# 2000 4100 fuel injectors and injection pump



## Christopher Dunn (Dec 22, 2020)

So I inherited this tractor from my uncle that has been severely neglected and was non-running. Come to find out the fuel filter was pretty plugged up and starved the injection pump and injectors of fuel, thereby destroying all 4 parts. When removing the injection pump I believe the little spring clip that holds the governed arm to the fuel rack sprung into the front cover. So we bought new injectors and injection pump however I still have some looming questions.

#1) Will that spring clip have any adverse effects should I not be able to retrieve it?
#2) If I need to retrieve it, should I remove the oil pan to determine where it went?
#3) what is the injector torque when screwing them back into the head? And the fuel return port nut torque?
And lastly...
#4) Are the injection pumps as much of a pain to time as they seem?

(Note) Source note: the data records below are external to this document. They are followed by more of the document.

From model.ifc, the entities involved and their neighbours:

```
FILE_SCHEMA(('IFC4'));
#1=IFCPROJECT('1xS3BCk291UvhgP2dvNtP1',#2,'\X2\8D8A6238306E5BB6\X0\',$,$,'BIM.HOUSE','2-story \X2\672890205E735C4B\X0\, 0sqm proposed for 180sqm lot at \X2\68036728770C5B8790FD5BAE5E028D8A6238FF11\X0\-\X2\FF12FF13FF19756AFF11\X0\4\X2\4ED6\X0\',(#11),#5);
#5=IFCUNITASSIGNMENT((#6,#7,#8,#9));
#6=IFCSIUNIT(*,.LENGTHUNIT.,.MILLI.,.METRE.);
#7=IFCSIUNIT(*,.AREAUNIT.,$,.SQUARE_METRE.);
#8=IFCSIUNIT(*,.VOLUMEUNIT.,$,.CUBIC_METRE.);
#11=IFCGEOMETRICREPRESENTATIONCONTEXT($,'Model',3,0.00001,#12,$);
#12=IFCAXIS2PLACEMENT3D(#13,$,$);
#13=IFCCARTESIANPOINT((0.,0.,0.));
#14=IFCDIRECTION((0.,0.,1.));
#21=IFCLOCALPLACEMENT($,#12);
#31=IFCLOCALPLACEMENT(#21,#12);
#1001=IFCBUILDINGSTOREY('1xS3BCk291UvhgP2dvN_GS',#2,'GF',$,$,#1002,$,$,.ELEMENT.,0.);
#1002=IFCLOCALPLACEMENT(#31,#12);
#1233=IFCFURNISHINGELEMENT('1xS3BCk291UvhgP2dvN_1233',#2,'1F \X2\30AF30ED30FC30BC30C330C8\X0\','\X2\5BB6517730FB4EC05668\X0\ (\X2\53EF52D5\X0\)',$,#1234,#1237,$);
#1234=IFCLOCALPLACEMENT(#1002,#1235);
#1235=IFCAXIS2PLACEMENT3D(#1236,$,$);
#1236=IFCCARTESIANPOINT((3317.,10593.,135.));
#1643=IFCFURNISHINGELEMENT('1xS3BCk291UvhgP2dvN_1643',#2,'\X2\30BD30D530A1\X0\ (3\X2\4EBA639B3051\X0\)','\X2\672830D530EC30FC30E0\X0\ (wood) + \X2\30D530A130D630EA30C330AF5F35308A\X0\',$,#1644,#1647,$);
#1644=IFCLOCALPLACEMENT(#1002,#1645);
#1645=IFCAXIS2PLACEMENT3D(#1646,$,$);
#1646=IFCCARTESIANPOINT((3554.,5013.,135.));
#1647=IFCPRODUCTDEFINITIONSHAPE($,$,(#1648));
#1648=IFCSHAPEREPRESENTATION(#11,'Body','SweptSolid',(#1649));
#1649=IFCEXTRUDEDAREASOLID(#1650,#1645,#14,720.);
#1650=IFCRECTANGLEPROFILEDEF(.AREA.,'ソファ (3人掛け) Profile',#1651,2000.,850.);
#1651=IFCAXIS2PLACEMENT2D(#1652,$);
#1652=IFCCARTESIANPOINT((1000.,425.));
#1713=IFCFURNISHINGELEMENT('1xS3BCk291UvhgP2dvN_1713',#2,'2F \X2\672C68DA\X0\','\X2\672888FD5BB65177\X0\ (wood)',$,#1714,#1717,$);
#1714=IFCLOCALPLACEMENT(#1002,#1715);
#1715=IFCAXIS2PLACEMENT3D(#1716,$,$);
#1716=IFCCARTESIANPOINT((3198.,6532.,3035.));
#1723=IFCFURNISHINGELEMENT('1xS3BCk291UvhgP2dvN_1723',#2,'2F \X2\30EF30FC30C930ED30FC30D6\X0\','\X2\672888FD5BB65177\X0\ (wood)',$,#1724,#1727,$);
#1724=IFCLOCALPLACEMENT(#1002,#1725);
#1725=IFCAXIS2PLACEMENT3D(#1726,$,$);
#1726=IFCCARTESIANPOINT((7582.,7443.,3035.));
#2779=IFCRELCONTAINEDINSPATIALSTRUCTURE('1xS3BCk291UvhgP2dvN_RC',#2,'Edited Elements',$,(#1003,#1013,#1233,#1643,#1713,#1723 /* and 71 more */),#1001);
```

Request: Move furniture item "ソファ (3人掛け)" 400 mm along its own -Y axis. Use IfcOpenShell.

```python
import ifcopenshell
import ifcopenshell.api.geometry
import ifcopenshell.util.placement
import ifcopenshell.util.unit

model = ifcopenshell.open("model.ifc")
unit_scale = ifcopenshell.util.unit.calculate_unit_scale(model)

item = model.by_guid("1xS3BCk291UvhgP2dvN_1643")
matrix = ifcopenshell.util.placement.get_local_placement(item.ObjectPlacement)
matrix[:3, 3] -= matrix[:3, 1] * 0.4 / unit_scale
ifcopenshell.api.geometry.edit_object_placement(model, product=item, matrix=matrix, is_si=False)

print(ifcopenshell.util.placement.get_local_placement(item.ObjectPlacement).round(3) + 0.0)

model.write("model_updated.ifc")
```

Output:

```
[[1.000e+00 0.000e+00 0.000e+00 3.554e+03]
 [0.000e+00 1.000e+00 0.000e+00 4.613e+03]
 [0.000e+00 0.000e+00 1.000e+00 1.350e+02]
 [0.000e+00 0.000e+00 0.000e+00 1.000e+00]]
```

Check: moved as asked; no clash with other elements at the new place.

If you made it through all of this I applaud your dedication and willingness to help.

Thanks in advance!


----------



## jd110 (Nov 23, 2015)

#1) I would like to say the clip won't do any harm, but it is possible it could get between drive gears on crank or cam and cause catastrophic damages. Most likely it went somewhere it wont do any harm, but it is an expensive gamble. Get a thin flexible magnet and do some fishing. or if you have access to a borescope to look around for it. If it ended up in the pan. it should be safe there, but anywhere else is a gamble.
#2) If you can't find it, I would drop the pan and look for it. Try blowing compressed air around areas it could be lodged and see if it falls out the bottom. Or maybe dump some diesel fuel though access hole and see if that can flush it out. Manually turn engine over by hand to see if it falls out.
#3) Injector torque is 37 ft lbs, and return fitting nut is 27-29 ft lbs.
#4) timing is a pain, but typically if you match new shims to old ones thickness, it is very close.


----------



## Christopher Dunn (Dec 22, 2020)

jd110 said:


> #1) I would like to say the clip won't do any harm, but it is possible it could get between drive gears on crank or cam and cause catastrophic damages. Most likely it went somewhere it wont do any harm, but it is an expensive gamble. Get a thin flexible magnet and do some fishing. or if you have access to a borescope to look around for it. If it ended up in the pan. it should be safe there, but anywhere else is a gamble.
> #2) If you can't find it, I would drop the pan and look for it. Try blowing compressed air around areas it could be lodged and see if it falls out the bottom. Or maybe dump some diesel fuel though access hole and see if that can flush it out. Manually turn engine over by hand to see if it falls out.
> #3) Injector torque is 37 ft lbs, and return fitting nut is 27-29 ft lbs.
> #4) timing is a pain, but typically if you match new shims to old ones thickness, it is very close.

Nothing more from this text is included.